Courage
"Our strength often increases in proportion to the obstacles imposed upon it."
~Paul De Rapin~
So this past year has been extremely difficult for me, but as I look back on what I've dealt with and continue to work through I wouldn't change anything. Believe me when I say, that is a pretty scary statement I just made with some major implications.
I decided to write this blog in order to open up to the world around me....in a weird cyber space sort of way, and to share my life's journey. If I could help just one other person out there with the words that I write, then my goal for this blog would be achieved. I'm not trying to use this blog as a soapbox or a classroom. I simply want to share my experiences whether big or small and provide a place of acceptance and realism. Our lives are full of extraordinary triumphs and tremendous pitfalls. It's more than a journey; it's a freaking roller coaster.
My roller coaster took a turn for the worse and threw in a few extra loops just for the fun of it last year around this time. I felt like that kid sitting on the coaster crying and begging for the ride to stop so I could catch my breath. Of course, real life has no breaks and so I struggled to find peace and understanding with the cards I had been dealt. At first I was in denial. Completely expected, but really hard to overcome. Once you recognize the wrong and become truly aware, you are then faced with task of actually dealing with your situation. At least in denial I could pretend life was unaltered. Then I was angry. Angrier than I had ever been in my life. I actually hated the person I was on the inside because of all the rage I felt. I felt sorry for myself and wanted to scream at the top of my lungs out of hurt and frustration. I felt so powerless and victimized and I didn't know if I would ever pull out of the sea of agony that was quickly overtaking me.
My husband, J, is a Psychology Graduate student. I'm sure that statement sounds quite random at the moment, but I promise to try and pull it all together in a moment. He has an absolutely crazy schedule each semester and that includes classes, research, and client loads. This year his particular client load hit a bit closer to home than I ever wanted or thought possible. I was already dealing with my own problem when he came home to inform me of his practicum site for the year. I was not happy to say the least. At first I felt sorry for J and the fact that he had to deal with this particular group of individuals. As time progressed, I could see that J was actually striving to help them, which should be obvious given his profession, but I was angry. I knew he was given a job and that he had to perform in order to continue with his career and education. However, I wanted him to only give the bare minimum in this case and I felt betrayed when he actually came home caring about the task he had been given. I knew it was heartless and irrational of me, but at the time I didn't care. I was hurt! It was an extremely rough road for me; for us.

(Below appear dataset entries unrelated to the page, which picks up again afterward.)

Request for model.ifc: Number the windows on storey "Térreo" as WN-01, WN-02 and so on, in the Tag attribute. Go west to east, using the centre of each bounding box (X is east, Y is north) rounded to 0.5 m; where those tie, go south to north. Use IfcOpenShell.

First a look at what the model holds.

```python
import ifcopenshell
import ifcopenshell.util.element
import ifcopenshell.util.placement

model = ifcopenshell.open("model.ifc")
print(model.schema)
storey = next(s for s in model.by_type("IfcBuildingStorey") if s.Name == "Térreo")
windows = [e for e in ifcopenshell.util.element.get_decomposition(storey) if e.is_a("IfcWindow")]
for e in sorted(windows, key=lambda e: e.id()):
    origin = ifcopenshell.util.placement.get_local_placement(e.ObjectPlacement)[:3, 3]
    print(e.id(), e.Tag, e.Name, origin.round(2) + 0.0, sep=" | ")
```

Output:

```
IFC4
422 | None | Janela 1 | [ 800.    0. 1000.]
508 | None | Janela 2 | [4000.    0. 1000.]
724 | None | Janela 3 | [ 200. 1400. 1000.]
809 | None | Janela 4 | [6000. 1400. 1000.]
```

```python
import ifcopenshell
import ifcopenshell.geom
import ifcopenshell.util.element
import ifcopenshell.util.shape

model = ifcopenshell.open("model.ifc")
settings = ifcopenshell.geom.settings()
settings.set("use-world-coords", True)


def centre(element):
    shape = ifcopenshell.geom.create_shape(settings, element)
    return ifcopenshell.util.shape.get_bbox_centroid(shape.geometry)


storey = next(s for s in model.by_type("IfcBuildingStorey") if s.Name == "Térreo")
windows = [e for e in ifcopenshell.util.element.get_decomposition(storey) if e.is_a("IfcWindow")]

# Insertion points can sit at a corner or the storey origin, so sort by the geometry (in metres).
centres = {e: centre(e) for e in windows}
windows.sort(key=lambda e: (round(centres[e][0] / 0.5), centres[e][1]))

for i, e in enumerate(windows, start=1):
    number = f"WN-{i:02d}"
    e.Tag = number
    print(e.id(), number)

model.write("model_updated.ifc")
```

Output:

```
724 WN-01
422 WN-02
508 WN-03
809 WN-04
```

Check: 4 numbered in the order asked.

Today I realized that we are at the halfway point of the school year...i.e. practicum site. It was upon thinking about his job that I realized that I'm no longer bitter. Please don't get me wrong, I still don't love his clients, and never will, but I've come a long way in the past year. As I look back I'm cognizant that this particular part of my journey has played out so perfectly it had to be divinely inspired. I'm not saying that I would wish this on anyone, or that I'm happy it happened to me, but I'm so thankful for the person I've become because of it. I've become more human. I've also learned how strong I really am. I'm starting to really like the person that I am....and I'm talking about all of me. We all have a little bit of "ugly" inside of us. Let's face it....we're only human. Its by accepting ourselves that we truly understand and appreciate who we are. It is also through this process that we are able to truly expereince other's as well.
This 1 year journey has prepared me for the next chapter of my life.
So I've never been an advocate for getting a tattoo. I've always thought of them as some barbaric form of masochism that people inflict on themselves. However, this particular tattoo speaks to me. The word alone is very inspirational in that it shows that no matter what happens in life we have a choice. A choice to have the courage to overcome and no longer live in fear or pain. The word signifies my decision to move past this moment in time and remind myself of what I am capable of. I am also intrigued by the color. It's not your usual dark ink that screams out for attention. It is so subtle, as if the word is there as a hidden secret for the individual who wears it rather than a symbol for others. It's personal and intimate. I still haven't decided, but I think this might by my birthday/one year journey gift for myself.